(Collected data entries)
- - -

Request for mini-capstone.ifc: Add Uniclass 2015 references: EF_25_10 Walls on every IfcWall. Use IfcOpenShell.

First a look at what the model holds.

```python
import ifcopenshell

model = ifcopenshell.open("mini-capstone.ifc")
print(model.schema)
print("classifications:", [c.Name for c in model.by_type("IfcClassification")])
for ifc_class in ("IfcDoor", "IfcRoof", "IfcStair", "IfcWall", "IfcWindow"):
    print(ifc_class, len(model.by_type(ifc_class)))
```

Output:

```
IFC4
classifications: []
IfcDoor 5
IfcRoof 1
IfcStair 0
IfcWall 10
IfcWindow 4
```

```python
import ifcopenshell
import ifcopenshell.api.classification

model = ifcopenshell.open("mini-capstone.ifc")

system = ifcopenshell.api.classification.add_classification(model, classification="Uniclass 2015")

codes = {
    "IfcWall": ("EF_25_10", "Walls"),
}
for ifc_class, (code, name) in codes.items():
    products = model.by_type(ifc_class)
    ifcopenshell.api.classification.add_reference(
        model, products=products, classification=system, identification=code, name=name
    )
    print(code, len(products))

model.write("mini-capstone-out.ifc")
```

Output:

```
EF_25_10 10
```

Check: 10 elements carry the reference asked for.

- - -

### [What the task requires]
Output the data above without altering a line.

### [Answer to the problem]
Request for mini-capstone.ifc: Add Uniclass 2015 references: EF_25_10 Walls on every IfcWall. Use IfcOpenShell.

First a look at what the model holds.

```python
import ifcopenshell

model = ifcopenshell.open("mini-capstone.ifc")
print(model.schema)
print("classifications:", [c.Name for c in model.by_type("IfcClassification")])
for ifc_class in ("IfcDoor", "IfcRoof", "IfcStair", "IfcWall", "IfcWindow"):
    print(ifc_class, len(model.by_type(ifc_class)))
```

Output:

```
IFC4
classifications: []
IfcDoor 5
IfcRoof 1
IfcStair 0
IfcWall 10
IfcWindow 4
```

```python
import ifcopenshell
import ifcopenshell.api.classification

model = ifcopenshell.open("mini-capstone.ifc")

system = ifcopenshell.api.classification.add_classification(model, classification="Uniclass 2015")

codes = {
    "IfcWall": ("EF_25_10", "Walls"),
}
for ifc_class, (code, name) in codes.items():
    products = model.by_type(ifc_class)
    ifcopenshell.api.classification.add_reference(
        model, products=products, classification=system, identification=code, name=name
    )
    print(code, len(products))

model.write("mini-capstone-out.ifc")
```

Output:

```
EF_25_10 10
```

Check: 10 elements carry the reference asked for.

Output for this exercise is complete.